### Exercise description
Please copy out every line of the listing below in which the word "NOTDEFINED" appears.

### Source material
<<<<

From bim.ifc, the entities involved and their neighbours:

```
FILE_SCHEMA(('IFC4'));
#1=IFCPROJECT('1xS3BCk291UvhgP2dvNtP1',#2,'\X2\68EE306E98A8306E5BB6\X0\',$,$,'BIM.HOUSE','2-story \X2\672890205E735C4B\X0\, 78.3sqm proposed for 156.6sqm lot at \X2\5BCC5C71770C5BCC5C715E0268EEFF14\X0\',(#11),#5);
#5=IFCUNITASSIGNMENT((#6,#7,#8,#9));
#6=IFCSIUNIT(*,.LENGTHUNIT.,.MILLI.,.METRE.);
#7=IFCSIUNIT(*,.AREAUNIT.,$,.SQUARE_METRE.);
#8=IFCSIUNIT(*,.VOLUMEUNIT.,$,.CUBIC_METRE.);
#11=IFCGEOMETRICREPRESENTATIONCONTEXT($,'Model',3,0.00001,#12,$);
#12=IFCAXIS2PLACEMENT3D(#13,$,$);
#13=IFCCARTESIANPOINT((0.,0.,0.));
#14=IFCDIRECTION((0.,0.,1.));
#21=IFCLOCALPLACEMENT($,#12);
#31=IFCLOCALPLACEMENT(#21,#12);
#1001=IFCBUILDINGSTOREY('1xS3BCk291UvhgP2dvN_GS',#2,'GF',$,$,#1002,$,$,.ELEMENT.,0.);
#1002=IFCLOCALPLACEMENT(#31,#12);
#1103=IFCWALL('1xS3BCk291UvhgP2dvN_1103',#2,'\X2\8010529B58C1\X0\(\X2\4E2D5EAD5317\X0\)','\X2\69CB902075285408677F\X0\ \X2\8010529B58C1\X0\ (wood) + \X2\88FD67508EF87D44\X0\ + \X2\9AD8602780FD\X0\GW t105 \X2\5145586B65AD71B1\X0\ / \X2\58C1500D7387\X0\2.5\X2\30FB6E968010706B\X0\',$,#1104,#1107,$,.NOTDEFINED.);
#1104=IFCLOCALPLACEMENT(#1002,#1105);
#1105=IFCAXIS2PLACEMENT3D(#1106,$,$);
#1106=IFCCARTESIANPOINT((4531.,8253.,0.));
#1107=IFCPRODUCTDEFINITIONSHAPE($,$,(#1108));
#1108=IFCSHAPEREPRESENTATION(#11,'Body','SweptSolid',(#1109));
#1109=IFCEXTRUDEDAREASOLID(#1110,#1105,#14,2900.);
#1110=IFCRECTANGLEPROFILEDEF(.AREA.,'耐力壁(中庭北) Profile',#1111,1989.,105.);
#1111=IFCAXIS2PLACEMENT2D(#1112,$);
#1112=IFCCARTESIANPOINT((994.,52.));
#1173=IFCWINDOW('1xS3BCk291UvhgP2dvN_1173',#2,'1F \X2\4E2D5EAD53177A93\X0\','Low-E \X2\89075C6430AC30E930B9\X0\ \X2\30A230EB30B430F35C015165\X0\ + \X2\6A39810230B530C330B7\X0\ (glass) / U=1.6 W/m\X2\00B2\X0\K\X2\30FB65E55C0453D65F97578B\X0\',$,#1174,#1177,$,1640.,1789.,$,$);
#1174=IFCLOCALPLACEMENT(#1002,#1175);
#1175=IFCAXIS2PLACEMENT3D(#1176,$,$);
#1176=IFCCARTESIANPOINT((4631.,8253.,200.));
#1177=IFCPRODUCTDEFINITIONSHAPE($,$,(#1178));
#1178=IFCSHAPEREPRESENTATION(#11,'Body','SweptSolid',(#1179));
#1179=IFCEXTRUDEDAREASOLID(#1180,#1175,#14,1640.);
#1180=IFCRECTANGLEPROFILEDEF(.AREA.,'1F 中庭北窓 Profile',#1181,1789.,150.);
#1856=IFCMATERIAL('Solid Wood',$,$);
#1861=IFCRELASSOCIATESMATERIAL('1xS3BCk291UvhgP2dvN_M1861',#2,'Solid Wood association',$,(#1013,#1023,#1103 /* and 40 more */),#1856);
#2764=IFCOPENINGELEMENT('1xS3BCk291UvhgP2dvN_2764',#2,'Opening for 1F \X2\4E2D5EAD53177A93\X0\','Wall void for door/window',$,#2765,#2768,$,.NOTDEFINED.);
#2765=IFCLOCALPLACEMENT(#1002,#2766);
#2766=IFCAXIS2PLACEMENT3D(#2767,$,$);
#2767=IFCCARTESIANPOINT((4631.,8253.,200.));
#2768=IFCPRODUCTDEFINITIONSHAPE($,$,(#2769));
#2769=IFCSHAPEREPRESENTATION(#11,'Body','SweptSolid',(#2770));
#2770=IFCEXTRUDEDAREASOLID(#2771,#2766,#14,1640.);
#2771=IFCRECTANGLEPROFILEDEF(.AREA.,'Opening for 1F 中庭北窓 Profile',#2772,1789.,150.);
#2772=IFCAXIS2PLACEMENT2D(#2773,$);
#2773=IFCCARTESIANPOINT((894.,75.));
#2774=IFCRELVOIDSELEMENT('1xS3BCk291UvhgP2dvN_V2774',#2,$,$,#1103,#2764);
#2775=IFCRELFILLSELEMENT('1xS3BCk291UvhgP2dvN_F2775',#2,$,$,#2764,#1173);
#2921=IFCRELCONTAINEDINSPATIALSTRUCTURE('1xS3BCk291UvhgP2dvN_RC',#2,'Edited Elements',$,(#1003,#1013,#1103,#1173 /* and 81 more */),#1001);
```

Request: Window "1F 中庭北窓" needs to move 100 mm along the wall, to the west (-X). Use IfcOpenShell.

```python
import ifcopenshell
import ifcopenshell.api.geometry
import ifcopenshell.util.placement

model = ifcopenshell.open("bim.ifc")

window = model.by_id(1173)
opening = window.FillsVoids[0].RelatingOpeningElement
wall = opening.VoidsElements[0].RelatingBuildingElement

wall_matrix = ifcopenshell.util.placement.get_local_placement(wall.ObjectPlacement)
shift = wall_matrix[:3, 0] * -100.0
before = ifcopenshell.util.placement.get_local_placement(window.ObjectPlacement)[:3, 3].copy()

# The window is not placed relative to its opening, so move both.
for product in (opening, window):
    matrix = ifcopenshell.util.placement.get_local_placement(product.ObjectPlacement)
    matrix[:3, 3] += shift
    ifcopenshell.api.geometry.edit_object_placement(model, product=product, matrix=matrix, is_si=False)

after = ifcopenshell.util.placement.get_local_placement(window.ObjectPlacement)[:3, 3]
print("window moved by", (after - before).round(3) + 0.0)

model.write("bim_updated.ifc")
```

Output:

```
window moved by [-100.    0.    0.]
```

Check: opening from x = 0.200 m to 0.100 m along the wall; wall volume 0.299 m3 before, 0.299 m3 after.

>>>>

### Response to the exercise
#1103=IFCWALL('1xS3BCk291UvhgP2dvN_1103',#2,'\X2\8010529B58C1\X0\(\X2\4E2D5EAD5317\X0\)','\X2\69CB902075285408677F\X0\ \X2\8010529B58C1\X0\ (wood) + \X2\88FD67508EF87D44\X0\ + \X2\9AD8602780FD\X0\GW t105 \X2\5145586B65AD71B1\X0\ / \X2\58C1500D7387\X0\2.5\X2\30FB6E968010706B\X0\',$,#1104,#1107,$,.NOTDEFINED.);
#2764=IFCOPENINGELEMENT('1xS3BCk291UvhgP2dvN_2764',#2,'Opening for 1F \X2\4E2D5EAD53177A93\X0\','Wall void for door/window',$,#2765,#2768,$,.NOTDEFINED.);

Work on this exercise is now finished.